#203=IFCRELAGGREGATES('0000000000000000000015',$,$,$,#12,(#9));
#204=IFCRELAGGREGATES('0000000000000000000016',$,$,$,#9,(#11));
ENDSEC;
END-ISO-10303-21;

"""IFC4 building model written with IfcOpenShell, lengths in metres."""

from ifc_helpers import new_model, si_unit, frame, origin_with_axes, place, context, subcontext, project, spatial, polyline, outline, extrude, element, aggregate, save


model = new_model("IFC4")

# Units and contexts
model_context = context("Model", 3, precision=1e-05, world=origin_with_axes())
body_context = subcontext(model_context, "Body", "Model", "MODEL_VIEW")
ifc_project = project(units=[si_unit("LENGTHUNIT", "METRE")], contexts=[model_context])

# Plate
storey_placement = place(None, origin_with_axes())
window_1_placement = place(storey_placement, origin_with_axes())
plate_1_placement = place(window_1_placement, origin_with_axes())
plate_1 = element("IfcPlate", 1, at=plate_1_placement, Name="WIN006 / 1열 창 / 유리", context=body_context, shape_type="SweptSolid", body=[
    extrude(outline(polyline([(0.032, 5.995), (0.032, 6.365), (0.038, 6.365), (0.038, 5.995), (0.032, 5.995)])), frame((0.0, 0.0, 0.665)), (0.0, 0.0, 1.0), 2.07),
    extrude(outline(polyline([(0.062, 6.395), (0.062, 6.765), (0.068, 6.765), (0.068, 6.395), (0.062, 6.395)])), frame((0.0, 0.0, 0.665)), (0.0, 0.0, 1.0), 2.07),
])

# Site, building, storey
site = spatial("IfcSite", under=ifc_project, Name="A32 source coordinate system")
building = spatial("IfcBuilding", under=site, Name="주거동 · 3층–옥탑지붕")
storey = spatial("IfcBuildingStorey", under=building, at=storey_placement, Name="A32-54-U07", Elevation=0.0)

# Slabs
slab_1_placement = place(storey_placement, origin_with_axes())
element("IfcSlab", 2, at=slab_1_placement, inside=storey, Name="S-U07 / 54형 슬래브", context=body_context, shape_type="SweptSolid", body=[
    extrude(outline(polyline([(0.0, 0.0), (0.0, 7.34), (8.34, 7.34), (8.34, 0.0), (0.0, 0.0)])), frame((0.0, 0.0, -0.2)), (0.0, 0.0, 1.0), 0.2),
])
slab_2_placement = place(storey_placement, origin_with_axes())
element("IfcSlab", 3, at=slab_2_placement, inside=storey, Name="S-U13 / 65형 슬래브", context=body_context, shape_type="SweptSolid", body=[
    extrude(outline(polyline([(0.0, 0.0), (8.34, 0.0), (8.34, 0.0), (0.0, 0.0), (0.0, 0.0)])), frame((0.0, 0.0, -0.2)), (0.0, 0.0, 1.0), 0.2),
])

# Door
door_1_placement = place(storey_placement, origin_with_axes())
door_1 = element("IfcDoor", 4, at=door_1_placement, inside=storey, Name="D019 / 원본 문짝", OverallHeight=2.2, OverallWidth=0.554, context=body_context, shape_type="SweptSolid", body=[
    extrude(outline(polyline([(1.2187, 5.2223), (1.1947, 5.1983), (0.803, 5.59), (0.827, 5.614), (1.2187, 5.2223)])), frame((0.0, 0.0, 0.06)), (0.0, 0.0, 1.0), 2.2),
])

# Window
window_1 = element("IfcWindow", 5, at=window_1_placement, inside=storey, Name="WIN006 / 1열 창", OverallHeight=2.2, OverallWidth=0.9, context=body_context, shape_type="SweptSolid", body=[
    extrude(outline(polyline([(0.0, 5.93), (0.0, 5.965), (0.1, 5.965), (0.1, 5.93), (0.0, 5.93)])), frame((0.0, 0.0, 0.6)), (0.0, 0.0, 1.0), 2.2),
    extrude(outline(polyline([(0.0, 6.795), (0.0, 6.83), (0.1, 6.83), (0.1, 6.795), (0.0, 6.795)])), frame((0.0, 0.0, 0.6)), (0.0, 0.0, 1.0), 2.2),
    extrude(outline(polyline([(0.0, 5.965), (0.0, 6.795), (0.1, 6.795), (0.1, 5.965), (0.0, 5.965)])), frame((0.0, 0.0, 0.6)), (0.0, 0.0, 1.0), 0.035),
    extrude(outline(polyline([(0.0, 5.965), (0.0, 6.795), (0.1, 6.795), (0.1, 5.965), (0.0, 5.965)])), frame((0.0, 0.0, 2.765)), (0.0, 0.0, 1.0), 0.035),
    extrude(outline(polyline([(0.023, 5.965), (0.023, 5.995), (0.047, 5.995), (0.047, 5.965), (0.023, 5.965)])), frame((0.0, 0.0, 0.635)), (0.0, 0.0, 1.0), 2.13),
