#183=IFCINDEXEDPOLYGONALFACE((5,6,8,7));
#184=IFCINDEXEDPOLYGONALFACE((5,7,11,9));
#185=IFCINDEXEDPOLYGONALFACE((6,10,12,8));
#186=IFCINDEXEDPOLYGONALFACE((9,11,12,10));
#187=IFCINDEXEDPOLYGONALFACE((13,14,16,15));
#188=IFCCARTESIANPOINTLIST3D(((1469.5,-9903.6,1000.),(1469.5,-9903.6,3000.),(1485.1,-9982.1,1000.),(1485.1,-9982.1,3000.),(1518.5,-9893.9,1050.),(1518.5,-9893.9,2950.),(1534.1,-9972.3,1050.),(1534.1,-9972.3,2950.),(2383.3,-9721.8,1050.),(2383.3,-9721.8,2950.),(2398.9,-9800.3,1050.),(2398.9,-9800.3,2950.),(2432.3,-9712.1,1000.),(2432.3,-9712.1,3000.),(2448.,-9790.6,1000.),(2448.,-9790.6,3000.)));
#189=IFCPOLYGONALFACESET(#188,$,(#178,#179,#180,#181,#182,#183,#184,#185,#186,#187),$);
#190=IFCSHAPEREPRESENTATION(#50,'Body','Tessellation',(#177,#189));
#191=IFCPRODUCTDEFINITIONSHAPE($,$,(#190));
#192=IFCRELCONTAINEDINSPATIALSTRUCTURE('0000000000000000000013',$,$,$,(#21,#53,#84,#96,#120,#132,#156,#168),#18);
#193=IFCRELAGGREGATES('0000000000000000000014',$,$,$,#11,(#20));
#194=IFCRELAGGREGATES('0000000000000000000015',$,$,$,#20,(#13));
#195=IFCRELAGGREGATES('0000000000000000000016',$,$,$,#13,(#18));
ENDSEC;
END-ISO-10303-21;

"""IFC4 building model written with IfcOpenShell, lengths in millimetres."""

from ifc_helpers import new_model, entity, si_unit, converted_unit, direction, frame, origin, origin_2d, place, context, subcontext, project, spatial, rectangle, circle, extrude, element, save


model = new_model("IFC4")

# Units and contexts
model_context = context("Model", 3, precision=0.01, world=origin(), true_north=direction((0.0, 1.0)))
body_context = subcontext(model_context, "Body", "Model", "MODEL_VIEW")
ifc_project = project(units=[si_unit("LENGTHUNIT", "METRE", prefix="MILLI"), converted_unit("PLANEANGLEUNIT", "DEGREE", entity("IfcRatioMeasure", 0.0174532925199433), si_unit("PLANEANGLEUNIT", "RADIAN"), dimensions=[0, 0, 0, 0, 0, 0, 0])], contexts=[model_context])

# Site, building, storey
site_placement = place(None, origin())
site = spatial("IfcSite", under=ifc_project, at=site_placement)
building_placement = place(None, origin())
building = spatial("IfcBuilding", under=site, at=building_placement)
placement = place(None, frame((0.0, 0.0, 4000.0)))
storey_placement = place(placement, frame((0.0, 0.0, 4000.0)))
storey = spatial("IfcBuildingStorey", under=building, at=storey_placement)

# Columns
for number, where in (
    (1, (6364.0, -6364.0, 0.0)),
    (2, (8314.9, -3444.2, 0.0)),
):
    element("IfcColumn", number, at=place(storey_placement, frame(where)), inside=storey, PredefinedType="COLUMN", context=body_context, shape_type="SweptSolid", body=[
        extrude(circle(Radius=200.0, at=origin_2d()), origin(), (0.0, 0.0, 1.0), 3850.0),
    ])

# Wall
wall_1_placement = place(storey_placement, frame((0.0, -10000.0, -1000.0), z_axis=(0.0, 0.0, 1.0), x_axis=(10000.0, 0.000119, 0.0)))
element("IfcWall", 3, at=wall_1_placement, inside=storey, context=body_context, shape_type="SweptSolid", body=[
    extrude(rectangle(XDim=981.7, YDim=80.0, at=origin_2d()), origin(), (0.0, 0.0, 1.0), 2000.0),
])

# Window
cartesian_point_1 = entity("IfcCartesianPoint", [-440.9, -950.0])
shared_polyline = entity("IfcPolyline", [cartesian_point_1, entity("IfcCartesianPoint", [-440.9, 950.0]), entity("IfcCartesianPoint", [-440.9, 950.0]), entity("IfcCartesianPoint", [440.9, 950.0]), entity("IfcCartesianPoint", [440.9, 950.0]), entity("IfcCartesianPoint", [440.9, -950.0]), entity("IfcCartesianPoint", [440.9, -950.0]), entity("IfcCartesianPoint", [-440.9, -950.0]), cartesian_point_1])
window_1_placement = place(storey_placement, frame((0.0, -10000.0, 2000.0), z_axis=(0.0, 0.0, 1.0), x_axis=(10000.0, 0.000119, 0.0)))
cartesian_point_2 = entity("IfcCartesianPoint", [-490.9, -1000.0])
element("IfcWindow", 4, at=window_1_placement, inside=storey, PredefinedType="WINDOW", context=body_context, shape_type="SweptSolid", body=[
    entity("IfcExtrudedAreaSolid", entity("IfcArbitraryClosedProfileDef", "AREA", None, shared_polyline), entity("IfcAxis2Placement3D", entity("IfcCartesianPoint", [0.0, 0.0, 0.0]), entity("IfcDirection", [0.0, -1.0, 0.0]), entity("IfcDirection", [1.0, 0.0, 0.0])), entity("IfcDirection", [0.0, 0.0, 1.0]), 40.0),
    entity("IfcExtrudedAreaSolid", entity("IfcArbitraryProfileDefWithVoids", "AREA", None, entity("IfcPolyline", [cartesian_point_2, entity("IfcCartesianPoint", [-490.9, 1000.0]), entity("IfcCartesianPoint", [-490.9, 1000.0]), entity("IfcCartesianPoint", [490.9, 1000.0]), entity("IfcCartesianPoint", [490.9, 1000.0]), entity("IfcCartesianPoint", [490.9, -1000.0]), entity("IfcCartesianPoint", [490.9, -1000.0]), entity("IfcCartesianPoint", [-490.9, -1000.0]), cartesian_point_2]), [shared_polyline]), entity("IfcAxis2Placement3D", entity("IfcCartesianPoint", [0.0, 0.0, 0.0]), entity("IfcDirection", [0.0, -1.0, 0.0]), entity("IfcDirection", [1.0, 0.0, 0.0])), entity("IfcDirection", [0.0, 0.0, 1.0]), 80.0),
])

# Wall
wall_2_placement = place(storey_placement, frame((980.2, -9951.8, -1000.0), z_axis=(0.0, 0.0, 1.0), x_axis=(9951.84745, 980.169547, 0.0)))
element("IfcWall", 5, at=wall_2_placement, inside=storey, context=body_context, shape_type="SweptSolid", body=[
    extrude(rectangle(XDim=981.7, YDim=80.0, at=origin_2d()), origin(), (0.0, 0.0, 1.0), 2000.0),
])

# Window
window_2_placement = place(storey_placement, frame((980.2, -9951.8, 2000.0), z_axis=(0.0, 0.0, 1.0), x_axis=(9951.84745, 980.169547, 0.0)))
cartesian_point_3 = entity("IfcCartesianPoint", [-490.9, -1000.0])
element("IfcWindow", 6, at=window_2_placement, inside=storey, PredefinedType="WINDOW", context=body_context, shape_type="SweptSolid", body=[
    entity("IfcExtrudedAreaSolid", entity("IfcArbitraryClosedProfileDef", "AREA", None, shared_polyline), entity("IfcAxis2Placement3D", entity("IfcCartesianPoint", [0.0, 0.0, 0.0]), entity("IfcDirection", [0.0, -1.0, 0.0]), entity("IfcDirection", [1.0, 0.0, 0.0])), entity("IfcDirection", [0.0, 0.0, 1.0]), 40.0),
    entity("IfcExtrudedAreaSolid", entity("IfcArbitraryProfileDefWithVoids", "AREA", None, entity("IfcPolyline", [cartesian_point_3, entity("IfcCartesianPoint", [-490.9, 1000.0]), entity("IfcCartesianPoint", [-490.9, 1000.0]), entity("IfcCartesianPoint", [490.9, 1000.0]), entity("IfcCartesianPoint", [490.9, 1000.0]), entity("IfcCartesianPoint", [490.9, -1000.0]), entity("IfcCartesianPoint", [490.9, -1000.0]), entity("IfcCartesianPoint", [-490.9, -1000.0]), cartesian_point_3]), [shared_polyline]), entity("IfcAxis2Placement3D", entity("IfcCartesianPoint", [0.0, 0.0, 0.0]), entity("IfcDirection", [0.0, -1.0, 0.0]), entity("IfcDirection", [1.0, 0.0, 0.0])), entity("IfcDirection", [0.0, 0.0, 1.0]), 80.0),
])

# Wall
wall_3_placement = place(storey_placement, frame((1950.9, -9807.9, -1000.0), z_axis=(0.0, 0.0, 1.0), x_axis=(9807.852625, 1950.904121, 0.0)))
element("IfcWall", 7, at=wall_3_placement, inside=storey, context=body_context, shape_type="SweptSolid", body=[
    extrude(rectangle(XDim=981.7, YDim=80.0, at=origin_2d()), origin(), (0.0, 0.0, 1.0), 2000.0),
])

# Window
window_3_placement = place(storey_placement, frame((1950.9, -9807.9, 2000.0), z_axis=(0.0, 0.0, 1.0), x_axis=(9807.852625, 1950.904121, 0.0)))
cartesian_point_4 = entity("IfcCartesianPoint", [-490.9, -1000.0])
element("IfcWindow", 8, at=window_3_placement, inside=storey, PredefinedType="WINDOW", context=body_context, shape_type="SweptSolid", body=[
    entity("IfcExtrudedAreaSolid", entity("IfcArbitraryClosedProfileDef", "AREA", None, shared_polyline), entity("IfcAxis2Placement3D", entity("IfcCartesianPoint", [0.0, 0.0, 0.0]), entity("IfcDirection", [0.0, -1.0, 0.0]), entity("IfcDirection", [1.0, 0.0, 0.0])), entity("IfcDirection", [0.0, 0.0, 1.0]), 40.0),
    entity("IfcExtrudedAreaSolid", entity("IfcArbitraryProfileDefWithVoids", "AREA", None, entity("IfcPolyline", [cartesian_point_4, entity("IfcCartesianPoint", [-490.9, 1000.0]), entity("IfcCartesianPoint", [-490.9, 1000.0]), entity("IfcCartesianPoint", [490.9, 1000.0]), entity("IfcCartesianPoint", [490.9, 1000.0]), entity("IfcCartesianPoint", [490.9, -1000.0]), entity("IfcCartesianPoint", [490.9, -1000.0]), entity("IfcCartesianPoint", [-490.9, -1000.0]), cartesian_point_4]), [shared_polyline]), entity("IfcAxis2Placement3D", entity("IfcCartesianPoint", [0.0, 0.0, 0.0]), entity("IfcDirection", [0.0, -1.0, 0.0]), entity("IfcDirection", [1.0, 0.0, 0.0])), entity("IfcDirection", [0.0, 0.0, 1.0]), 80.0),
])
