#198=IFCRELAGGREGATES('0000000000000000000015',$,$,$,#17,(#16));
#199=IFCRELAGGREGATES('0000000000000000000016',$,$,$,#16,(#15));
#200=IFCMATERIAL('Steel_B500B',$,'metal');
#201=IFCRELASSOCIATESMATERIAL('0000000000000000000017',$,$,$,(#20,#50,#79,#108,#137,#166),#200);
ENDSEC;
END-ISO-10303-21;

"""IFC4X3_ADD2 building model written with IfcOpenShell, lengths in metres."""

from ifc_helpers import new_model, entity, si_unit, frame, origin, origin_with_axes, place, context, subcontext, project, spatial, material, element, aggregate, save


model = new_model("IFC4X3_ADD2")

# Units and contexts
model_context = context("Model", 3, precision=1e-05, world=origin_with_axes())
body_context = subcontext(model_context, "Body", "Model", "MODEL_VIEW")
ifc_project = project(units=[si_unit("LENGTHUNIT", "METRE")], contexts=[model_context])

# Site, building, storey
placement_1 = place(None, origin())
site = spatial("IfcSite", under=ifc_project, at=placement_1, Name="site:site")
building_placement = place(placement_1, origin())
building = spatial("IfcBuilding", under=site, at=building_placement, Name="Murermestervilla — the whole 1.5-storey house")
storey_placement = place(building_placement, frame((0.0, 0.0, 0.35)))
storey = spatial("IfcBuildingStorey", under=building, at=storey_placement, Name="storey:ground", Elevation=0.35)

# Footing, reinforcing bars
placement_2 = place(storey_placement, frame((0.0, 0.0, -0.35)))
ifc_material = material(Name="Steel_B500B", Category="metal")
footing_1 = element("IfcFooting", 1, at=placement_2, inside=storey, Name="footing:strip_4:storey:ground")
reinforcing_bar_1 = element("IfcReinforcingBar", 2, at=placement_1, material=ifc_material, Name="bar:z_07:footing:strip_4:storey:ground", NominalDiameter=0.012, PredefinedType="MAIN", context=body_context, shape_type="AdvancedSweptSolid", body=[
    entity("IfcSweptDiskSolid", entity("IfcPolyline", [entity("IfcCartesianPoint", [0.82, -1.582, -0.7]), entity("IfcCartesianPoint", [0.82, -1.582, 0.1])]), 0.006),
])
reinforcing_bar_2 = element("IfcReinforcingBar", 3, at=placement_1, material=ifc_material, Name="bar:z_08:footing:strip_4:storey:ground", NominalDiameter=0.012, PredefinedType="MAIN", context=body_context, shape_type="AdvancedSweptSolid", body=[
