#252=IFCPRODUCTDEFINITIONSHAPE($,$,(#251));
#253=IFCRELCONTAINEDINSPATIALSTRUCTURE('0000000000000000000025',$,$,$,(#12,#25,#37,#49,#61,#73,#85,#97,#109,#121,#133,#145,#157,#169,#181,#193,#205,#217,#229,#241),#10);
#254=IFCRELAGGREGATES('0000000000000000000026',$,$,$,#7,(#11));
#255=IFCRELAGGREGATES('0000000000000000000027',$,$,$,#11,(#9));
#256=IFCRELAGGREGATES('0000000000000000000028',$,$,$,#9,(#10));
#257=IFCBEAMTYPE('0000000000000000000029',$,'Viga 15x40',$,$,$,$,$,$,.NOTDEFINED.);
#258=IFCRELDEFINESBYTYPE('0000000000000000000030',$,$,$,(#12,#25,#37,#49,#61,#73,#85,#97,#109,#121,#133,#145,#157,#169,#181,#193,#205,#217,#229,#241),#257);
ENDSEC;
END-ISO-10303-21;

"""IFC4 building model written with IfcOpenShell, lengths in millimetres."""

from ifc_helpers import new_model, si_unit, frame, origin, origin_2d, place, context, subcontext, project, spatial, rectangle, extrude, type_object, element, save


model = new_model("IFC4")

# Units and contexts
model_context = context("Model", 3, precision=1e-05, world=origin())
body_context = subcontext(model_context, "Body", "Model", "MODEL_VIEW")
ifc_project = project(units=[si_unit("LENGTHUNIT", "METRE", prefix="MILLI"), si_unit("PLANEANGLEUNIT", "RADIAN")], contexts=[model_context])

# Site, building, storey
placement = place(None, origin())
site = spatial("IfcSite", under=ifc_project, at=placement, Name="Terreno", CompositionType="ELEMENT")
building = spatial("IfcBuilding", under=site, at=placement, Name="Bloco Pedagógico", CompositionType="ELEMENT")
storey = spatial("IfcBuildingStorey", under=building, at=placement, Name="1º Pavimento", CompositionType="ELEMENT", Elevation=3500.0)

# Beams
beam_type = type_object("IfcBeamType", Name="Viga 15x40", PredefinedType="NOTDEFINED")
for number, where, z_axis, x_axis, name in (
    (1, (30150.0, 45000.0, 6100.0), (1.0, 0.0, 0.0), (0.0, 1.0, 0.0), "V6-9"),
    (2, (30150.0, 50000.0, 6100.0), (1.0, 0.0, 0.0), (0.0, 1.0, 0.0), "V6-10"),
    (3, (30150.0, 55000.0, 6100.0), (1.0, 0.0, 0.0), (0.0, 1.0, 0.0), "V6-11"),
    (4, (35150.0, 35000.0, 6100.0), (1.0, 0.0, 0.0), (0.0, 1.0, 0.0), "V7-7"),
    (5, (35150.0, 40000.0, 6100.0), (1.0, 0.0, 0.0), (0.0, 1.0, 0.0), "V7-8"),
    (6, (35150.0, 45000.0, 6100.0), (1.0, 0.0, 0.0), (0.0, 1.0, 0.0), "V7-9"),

——————————

Instructions for the task: Find all lines holding the word "IfcOpenShell" in the records above and copy them.

Solved problem:
"""IFC4 building model written with IfcOpenShell, lengths in metres."""
"""IFC4 building model written with IfcOpenShell, lengths in millimetres."""
"""IFC4X3_ADD2 building model written with IfcOpenShell, lengths in metres."""
"""IFC4 building model written with IfcOpenShell, lengths in millimetres."""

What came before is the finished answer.